How to handle big data with a machine learning algorithm on CUDA device if whole do not fit into De

I’ve leant CUDA new and I want to apply it to machine learning problems that I confront. Generally I am working on large scale data therefore device memory is the constraint in general. I was expecting to here some good approaches to large scale data problems as keeping the number precisions. I know that it is possible to convert double data into float data to reduce requirements a little but the losing the precision is the drawback. I am watching other solutions in order to keep the data precision well as keeping the efficiency of CUDA codes. What is the suggestion of some of the experts?

If the data does not fit in the device memory you need o overlap the copying with execution using streams. If you manage to saturate the bus and device you will get the maximum out of the card.

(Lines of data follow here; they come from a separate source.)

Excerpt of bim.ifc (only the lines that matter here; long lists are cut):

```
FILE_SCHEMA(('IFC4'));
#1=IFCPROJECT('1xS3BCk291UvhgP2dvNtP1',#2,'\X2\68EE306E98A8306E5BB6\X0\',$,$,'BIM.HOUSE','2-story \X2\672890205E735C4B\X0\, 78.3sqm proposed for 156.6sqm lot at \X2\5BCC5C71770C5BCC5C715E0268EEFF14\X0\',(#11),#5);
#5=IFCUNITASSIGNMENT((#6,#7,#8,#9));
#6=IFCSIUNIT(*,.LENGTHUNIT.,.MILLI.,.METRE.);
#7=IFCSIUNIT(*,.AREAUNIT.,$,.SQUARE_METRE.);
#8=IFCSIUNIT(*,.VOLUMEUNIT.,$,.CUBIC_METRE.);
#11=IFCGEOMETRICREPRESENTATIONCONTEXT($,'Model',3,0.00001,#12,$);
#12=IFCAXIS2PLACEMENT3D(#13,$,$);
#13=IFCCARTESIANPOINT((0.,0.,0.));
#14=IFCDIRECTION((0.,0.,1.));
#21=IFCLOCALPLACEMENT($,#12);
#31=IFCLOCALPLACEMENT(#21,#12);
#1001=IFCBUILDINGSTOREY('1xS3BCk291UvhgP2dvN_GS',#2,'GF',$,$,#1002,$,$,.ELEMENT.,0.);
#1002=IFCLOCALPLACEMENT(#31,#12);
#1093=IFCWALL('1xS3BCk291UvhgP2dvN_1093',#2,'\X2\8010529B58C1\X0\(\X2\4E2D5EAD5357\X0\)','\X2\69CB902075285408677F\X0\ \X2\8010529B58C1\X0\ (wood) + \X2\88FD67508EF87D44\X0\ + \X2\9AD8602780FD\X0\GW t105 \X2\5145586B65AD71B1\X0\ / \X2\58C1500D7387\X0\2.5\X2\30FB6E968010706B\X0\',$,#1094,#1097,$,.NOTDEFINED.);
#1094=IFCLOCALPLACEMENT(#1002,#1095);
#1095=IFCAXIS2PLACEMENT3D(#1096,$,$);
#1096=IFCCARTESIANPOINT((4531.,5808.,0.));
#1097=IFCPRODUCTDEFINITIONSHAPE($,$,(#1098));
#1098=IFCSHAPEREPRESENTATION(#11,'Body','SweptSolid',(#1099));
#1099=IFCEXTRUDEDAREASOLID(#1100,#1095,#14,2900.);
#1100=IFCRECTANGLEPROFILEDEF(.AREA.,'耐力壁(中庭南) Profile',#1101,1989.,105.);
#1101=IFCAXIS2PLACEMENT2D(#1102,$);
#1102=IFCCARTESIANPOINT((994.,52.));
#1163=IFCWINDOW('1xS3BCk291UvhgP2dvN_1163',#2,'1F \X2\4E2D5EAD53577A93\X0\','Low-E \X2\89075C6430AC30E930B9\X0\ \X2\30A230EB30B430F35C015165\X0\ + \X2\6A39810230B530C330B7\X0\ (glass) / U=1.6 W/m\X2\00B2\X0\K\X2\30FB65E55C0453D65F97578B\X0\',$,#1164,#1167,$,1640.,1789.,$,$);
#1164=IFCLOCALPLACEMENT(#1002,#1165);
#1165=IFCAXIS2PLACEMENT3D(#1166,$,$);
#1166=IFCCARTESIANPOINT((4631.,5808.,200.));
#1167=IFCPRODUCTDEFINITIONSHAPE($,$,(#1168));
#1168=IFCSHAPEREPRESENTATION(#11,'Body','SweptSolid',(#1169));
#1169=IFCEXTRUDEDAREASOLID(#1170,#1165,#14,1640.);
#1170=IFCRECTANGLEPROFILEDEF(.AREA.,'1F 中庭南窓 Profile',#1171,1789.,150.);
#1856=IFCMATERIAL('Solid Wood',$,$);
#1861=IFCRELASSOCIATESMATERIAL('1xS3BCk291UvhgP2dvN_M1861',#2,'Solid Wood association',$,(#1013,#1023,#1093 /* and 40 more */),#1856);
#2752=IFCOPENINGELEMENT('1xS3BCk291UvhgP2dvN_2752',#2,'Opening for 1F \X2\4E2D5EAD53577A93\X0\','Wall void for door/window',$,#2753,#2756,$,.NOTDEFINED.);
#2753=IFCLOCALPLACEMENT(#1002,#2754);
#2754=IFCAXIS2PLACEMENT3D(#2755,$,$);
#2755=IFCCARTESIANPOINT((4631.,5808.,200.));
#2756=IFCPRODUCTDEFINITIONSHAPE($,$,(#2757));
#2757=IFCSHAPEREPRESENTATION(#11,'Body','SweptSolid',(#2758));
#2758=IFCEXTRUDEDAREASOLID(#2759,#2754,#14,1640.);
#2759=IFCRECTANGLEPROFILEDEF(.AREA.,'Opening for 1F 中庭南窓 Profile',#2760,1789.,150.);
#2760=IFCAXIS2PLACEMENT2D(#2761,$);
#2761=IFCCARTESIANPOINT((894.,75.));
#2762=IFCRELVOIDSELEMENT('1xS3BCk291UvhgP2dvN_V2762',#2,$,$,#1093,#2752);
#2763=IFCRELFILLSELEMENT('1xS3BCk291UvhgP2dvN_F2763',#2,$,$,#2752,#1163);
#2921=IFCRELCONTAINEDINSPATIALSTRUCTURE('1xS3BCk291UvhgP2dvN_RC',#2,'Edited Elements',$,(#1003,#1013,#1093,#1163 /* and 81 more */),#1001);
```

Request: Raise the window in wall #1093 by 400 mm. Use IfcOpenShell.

```python
import numpy as np
import ifcopenshell
import ifcopenshell.api.geometry
import ifcopenshell.util.placement
import ifcopenshell.util.unit

model = ifcopenshell.open("bim.ifc")
unit_scale = ifcopenshell.util.unit.calculate_unit_scale(model)

window = model.by_guid("1xS3BCk291UvhgP2dvN_1163")
opening = window.FillsVoids[0].RelatingOpeningElement
dz = 0.4 / unit_scale

shift = np.array([0.0, 0.0, dz])
# The window is not placed relative to its opening, so move both.
for product in (opening, window):
    matrix = ifcopenshell.util.placement.get_local_placement(product.ObjectPlacement)
    matrix[:3, 3] += shift
    ifcopenshell.api.geometry.edit_object_placement(model, product=product, matrix=matrix, is_si=False)

print(f"moved by {dz * unit_scale:+.3f} m")

model.write("bim_v2.ifc")
```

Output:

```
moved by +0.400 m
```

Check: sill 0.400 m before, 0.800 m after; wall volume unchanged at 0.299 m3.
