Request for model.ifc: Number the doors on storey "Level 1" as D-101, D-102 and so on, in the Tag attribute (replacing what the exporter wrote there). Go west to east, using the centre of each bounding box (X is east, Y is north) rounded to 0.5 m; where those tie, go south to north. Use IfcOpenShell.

First a look at what the model holds.

```python
import ifcopenshell
import ifcopenshell.util.element
import ifcopenshell.util.placement

model = ifcopenshell.open("model.ifc")
print(model.schema)
storey = next(s for s in model.by_type("IfcBuildingStorey") if s.Name == "Level 1")
doors = [e for e in ifcopenshell.util.element.get_decomposition(storey) if e.is_a("IfcDoor")]
for e in sorted(doors, key=lambda e: e.id()):
    origin = ifcopenshell.util.placement.get_local_placement(e.ObjectPlacement)[:3, 3]
    print(e.id(), e.Tag, e.Name, origin.round(2) + 0.0, sep=" | ")
```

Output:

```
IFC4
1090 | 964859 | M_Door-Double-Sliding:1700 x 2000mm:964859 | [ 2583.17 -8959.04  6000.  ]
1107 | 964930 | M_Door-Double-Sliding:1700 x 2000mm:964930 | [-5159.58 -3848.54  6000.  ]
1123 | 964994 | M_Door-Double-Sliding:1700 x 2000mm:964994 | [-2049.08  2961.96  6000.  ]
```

```python
import ifcopenshell
import ifcopenshell.geom
import ifcopenshell.util.element
import ifcopenshell.util.shape

model = ifcopenshell.open("model.ifc")
settings = ifcopenshell.geom.settings()
settings.set("use-world-coords", True)


def centre(element):
    shape = ifcopenshell.geom.create_shape(settings, element)
    return ifcopenshell.util.shape.get_bbox_centroid(shape.geometry)


storey = next(s for s in model.by_type("IfcBuildingStorey") if s.Name == "Level 1")
doors = [e for e in ifcopenshell.util.element.get_decomposition(storey) if e.is_a("IfcDoor")]

# Insertion points can sit at a corner or the storey origin, so sort by the geometry (in metres).
centres = {e: centre(e) for e in doors}
doors.sort(key=lambda e: (round(centres[e][0] / 0.5), centres[e][1]))

for i, e in enumerate(doors, start=1):
    number = f"D-1{i:02d}"
    e.Tag = number
    print(e.id(), number)

model.write("model_rev.ifc")
```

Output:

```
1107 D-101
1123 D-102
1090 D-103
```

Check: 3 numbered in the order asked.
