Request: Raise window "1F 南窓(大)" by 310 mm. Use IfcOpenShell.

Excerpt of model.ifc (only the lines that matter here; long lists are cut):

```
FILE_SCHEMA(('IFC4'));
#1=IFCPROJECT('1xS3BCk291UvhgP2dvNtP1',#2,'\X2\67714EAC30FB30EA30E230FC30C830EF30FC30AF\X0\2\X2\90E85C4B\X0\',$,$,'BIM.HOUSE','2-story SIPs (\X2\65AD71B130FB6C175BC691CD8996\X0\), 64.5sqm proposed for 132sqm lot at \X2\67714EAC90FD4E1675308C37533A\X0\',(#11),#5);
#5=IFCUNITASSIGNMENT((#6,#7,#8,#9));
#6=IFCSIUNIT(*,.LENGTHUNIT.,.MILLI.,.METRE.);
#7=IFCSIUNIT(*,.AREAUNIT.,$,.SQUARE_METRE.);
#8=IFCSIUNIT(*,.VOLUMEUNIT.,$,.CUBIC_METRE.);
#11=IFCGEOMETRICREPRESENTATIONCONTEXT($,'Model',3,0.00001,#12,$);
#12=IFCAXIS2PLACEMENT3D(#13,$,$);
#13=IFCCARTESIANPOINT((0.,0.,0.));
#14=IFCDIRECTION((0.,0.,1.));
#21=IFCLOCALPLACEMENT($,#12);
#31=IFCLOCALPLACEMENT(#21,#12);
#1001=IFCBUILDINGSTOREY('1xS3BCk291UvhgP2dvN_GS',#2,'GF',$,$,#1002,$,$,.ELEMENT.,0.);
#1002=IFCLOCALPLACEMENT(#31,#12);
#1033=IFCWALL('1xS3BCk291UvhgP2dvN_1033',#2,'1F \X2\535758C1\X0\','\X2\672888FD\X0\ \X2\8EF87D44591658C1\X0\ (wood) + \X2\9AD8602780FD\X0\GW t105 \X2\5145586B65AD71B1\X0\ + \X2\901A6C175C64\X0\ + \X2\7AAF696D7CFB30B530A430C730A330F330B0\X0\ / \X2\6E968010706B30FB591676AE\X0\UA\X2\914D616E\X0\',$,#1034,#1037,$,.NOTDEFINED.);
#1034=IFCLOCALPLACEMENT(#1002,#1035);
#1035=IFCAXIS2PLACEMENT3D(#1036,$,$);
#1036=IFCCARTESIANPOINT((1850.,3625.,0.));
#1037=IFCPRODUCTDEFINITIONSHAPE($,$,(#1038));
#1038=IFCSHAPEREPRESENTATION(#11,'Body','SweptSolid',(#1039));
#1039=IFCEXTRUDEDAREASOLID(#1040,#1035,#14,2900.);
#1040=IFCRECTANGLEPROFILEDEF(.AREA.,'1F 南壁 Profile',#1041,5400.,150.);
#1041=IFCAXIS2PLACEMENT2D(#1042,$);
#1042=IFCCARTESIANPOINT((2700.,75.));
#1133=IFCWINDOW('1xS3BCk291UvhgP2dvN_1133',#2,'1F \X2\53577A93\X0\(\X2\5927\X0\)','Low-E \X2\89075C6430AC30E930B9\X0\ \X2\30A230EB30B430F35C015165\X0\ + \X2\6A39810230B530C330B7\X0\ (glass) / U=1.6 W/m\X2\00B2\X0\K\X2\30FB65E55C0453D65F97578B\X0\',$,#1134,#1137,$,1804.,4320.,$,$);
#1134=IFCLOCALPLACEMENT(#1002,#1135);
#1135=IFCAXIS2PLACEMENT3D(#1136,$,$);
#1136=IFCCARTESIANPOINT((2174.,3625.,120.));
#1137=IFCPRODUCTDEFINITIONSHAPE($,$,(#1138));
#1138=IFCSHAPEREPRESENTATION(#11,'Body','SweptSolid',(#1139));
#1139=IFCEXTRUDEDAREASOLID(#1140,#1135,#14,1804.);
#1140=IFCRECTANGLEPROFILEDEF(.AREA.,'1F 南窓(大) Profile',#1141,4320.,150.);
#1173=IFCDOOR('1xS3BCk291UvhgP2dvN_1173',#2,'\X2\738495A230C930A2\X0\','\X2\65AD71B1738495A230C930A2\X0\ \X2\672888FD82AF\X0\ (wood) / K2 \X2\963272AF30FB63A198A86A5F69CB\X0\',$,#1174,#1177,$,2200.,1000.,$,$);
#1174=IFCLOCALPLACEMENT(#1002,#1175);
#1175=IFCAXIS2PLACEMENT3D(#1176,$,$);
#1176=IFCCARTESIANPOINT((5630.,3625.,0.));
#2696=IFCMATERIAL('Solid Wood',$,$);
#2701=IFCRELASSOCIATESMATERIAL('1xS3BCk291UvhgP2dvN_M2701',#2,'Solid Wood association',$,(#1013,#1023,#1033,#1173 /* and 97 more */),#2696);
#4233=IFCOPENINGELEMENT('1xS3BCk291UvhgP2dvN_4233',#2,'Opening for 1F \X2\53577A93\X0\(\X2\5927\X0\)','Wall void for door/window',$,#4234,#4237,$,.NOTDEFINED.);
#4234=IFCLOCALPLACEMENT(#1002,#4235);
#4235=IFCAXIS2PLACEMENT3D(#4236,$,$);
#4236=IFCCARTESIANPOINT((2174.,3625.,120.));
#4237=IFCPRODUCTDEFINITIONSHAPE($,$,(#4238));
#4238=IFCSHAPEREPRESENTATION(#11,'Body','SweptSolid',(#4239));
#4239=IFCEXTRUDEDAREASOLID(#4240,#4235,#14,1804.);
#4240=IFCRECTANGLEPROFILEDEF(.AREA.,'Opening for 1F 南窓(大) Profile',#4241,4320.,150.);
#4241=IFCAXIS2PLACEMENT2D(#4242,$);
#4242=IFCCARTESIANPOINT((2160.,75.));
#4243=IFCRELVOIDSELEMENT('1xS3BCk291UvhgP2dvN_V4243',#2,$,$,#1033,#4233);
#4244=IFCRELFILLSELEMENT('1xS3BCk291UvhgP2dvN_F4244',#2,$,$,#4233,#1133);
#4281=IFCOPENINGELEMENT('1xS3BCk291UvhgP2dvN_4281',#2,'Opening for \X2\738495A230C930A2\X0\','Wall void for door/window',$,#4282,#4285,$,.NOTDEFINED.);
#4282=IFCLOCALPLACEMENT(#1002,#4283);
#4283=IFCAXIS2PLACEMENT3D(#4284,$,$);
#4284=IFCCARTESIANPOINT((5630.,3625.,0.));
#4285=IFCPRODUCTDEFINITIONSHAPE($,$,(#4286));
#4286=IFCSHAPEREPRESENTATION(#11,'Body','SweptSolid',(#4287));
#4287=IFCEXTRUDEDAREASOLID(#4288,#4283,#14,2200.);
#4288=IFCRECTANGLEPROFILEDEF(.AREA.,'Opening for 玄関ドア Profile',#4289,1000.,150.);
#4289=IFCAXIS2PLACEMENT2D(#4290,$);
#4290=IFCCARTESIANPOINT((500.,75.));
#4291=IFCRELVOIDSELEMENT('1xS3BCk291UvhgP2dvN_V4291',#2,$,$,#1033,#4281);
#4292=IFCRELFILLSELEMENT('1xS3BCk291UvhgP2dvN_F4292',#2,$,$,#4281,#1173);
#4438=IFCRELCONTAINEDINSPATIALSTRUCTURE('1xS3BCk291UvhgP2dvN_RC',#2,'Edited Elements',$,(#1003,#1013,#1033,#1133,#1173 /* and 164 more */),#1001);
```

```python
import numpy as np
import ifcopenshell
import ifcopenshell.api.geometry
import ifcopenshell.util.placement
import ifcopenshell.util.unit

model = ifcopenshell.open("model.ifc")
unit_scale = ifcopenshell.util.unit.calculate_unit_scale(model)

window = model.by_guid("1xS3BCk291UvhgP2dvN_1133")
opening = window.FillsVoids[0].RelatingOpeningElement
dz = 0.31 / unit_scale

shift = np.array([0.0, 0.0, dz])
# The window is not placed relative to its opening, so move both.
for product in (opening, window):
    matrix = ifcopenshell.util.placement.get_local_placement(product.ObjectPlacement)
    matrix[:3, 3] += shift
    ifcopenshell.api.geometry.edit_object_placement(model, product=product, matrix=matrix, is_si=False)

print(f"moved by {dz * unit_scale:+.3f} m")

model.write("model-out.ifc")
```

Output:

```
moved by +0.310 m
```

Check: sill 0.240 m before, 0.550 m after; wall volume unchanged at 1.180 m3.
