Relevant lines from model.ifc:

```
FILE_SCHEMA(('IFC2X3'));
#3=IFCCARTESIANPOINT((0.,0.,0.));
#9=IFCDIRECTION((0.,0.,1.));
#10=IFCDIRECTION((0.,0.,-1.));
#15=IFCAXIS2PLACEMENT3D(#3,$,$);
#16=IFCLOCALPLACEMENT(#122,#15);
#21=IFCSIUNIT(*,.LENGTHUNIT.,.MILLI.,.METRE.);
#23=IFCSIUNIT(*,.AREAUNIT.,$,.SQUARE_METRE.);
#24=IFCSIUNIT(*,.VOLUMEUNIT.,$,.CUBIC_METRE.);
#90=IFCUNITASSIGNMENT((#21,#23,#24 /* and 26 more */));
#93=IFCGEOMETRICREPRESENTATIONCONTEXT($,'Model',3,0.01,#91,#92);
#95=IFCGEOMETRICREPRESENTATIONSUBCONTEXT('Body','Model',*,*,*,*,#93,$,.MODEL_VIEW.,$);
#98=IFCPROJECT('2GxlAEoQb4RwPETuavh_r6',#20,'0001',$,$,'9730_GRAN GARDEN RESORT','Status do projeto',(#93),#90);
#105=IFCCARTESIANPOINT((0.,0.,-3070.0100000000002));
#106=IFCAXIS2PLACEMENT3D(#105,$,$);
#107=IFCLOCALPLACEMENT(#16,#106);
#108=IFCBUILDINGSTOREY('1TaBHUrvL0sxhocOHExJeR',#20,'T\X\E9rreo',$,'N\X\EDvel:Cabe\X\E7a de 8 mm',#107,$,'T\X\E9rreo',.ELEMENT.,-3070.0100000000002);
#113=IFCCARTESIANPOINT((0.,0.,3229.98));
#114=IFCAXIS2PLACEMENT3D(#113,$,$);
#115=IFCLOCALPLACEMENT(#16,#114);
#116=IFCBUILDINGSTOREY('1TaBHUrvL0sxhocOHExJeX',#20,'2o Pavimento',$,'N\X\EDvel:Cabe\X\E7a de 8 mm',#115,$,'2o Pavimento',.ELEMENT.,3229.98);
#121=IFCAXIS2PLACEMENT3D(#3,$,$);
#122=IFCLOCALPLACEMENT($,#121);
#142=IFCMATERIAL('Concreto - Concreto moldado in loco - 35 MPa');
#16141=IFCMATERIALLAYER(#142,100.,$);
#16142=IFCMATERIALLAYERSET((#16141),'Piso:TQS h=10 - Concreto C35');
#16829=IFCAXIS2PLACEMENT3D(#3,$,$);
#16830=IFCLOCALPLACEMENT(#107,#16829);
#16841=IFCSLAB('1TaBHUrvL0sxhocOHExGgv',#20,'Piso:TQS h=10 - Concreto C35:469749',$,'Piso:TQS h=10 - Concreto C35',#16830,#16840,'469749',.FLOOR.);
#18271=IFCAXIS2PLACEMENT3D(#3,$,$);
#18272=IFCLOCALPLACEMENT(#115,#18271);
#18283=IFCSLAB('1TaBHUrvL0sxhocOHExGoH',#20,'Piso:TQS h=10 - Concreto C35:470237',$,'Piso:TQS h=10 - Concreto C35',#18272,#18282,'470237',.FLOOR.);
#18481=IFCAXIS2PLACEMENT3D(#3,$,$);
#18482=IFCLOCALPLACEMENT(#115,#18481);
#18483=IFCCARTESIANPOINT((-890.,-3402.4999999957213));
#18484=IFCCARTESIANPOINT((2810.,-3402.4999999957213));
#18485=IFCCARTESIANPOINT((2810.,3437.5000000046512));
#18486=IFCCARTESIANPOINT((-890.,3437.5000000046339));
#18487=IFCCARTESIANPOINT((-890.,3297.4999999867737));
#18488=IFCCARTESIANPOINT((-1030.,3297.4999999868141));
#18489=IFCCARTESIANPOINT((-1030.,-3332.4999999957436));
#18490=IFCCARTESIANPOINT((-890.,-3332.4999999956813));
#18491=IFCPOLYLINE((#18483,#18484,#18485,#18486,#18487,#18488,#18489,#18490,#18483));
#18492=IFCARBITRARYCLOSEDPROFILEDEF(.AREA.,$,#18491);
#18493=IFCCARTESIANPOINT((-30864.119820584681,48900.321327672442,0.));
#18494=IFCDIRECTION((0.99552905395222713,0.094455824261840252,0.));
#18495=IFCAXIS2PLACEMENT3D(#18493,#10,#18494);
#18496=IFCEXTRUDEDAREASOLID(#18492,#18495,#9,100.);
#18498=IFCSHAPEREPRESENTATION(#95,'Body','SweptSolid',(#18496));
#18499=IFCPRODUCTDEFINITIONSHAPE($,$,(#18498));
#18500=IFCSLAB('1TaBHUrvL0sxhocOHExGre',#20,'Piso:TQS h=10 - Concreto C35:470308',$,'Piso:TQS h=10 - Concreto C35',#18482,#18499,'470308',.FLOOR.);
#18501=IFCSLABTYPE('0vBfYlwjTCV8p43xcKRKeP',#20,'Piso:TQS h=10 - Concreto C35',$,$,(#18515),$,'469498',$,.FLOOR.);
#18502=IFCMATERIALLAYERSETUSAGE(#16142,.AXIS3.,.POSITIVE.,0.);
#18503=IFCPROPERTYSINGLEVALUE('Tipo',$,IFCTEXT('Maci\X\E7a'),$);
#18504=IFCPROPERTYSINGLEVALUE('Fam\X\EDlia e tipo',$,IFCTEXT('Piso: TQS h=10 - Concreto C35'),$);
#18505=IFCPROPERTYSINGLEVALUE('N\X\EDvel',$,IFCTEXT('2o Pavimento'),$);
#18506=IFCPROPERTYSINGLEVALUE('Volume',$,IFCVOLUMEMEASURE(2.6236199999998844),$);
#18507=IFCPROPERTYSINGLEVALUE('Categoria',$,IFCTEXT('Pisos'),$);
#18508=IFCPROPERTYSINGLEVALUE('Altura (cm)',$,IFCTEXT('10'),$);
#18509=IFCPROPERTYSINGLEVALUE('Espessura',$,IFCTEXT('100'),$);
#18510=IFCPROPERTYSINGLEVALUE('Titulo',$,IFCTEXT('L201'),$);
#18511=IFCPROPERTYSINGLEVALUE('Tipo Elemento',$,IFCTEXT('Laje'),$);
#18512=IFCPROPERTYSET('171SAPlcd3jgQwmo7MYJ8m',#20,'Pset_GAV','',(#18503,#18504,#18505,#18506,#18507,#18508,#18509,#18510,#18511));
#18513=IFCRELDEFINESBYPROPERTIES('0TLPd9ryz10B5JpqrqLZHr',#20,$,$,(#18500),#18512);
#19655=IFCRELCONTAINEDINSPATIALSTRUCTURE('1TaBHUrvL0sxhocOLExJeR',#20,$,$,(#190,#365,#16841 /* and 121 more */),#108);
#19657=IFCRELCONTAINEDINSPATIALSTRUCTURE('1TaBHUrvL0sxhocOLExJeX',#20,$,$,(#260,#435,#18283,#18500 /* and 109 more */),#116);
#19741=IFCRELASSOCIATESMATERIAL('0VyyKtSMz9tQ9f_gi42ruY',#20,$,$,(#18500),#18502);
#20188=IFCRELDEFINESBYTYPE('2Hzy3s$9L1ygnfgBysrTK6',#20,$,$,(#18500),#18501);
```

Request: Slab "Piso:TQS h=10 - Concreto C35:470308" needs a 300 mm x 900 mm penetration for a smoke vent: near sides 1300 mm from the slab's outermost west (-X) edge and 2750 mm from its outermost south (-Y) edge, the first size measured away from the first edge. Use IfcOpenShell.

```python
import numpy as np
import ifcopenshell
import ifcopenshell.api.feature
import ifcopenshell.api.geometry
import ifcopenshell.api.pset
import ifcopenshell.api.root
import ifcopenshell.geom
import ifcopenshell.util.element
import ifcopenshell.util.placement
import ifcopenshell.util.representation
import ifcopenshell.util.shape
import ifcopenshell.util.unit

model = ifcopenshell.open("model.ifc")
unit_scale = ifcopenshell.util.unit.calculate_unit_scale(model)
volume_scale = ifcopenshell.util.unit.calculate_unit_scale(model, "VOLUMEUNIT")
settings = ifcopenshell.geom.settings()


def volume(element):
    """Net volume in cubic metres, openings subtracted."""
    shape = ifcopenshell.geom.create_shape(settings, element)
    return ifcopenshell.util.shape.get_volume(shape.geometry)


slab = model.by_guid("1TaBHUrvL0sxhocOHExGre")
before = volume(slab)

# Extent in the slab's own axes, in metres. The edges named are its -X and -Y sides.
slab_shape = ifcopenshell.geom.create_shape(settings, slab)
vertices = ifcopenshell.util.shape.get_vertices(slab_shape.geometry)
x_min, y_min, bottom = vertices.min(axis=0)
top = vertices[:, 2].max()

opening = ifcopenshell.api.root.create_entity(model, ifc_class="IfcOpeningElement", name="Smoke vent opening")
context = ifcopenshell.util.representation.get_context(model, "Model", "Body", "MODEL_VIEW")
width, depth = 0.3, 0.9
outline = [(0.0, 0.0), (width, 0.0), (width, depth), (0.0, depth), (0.0, 0.0)]
# Overshoot both faces by 50 mm so the cut is clean.
shape = ifcopenshell.api.geometry.add_slab_representation(
    model, context=context, depth=top - bottom + 0.1, polyline=outline
)
ifcopenshell.api.geometry.assign_representation(model, product=opening, representation=shape)

matrix = ifcopenshell.util.placement.get_local_placement(slab.ObjectPlacement)
matrix[:, 3] = matrix @ np.append(np.array([x_min + 1.3, y_min + 2.75, bottom - 0.05]) / unit_scale, 1.0)
ifcopenshell.api.geometry.edit_object_placement(model, product=opening, matrix=matrix, is_si=False)
ifcopenshell.api.feature.add_feature(model, feature=opening, element=slab)

after = volume(slab)

# Update the slab's stored quantities.
pset = model.by_id(ifcopenshell.util.element.get_pset(slab, "Pset_GAV", should_inherit=False)["id"])
ifcopenshell.api.pset.edit_pset(model, pset=pset, properties={
    "Volume": model.create_entity("IfcVolumeMeasure", after / volume_scale),
})

print(f"slab volume {before:.3f} -> {after:.3f} m3")

model.write("model_updated.ifc")
```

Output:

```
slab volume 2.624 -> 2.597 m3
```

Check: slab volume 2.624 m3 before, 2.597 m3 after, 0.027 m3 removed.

My typical strategies are:

  1. Convert the input data from double to float, but still do important parts of the calculation in double precision. Many kinds of input data do not have high precision due to limitations of sensors or the presence of noise, so there is no reason to store 16 significant figures of information. In fact, if the input data all have similar magnitude, it is often possible to use a 16-bit fixed point representation. Intermediate calculations and storage can be done at higher precision.

  2. Buy a card with more memory. It is now quite easy to find inexpensive 4 GB cards, and if you purchase a GeForce Titan, you get 6 GB.

  3. If the data can be split into “frequently used” and “infrequently used” segments, then infrequently used data can be stored in pinned memory on the CPU and accessed directly from the GPU. I have used this trick when I have a very large tree structure. The nodes near the root of the tree are stored on the GPU, and the leaves are stored on the CPU.

Of course, there are other options (such as the overlapping stream suggestion from pasoleatis), but I have not personally used them.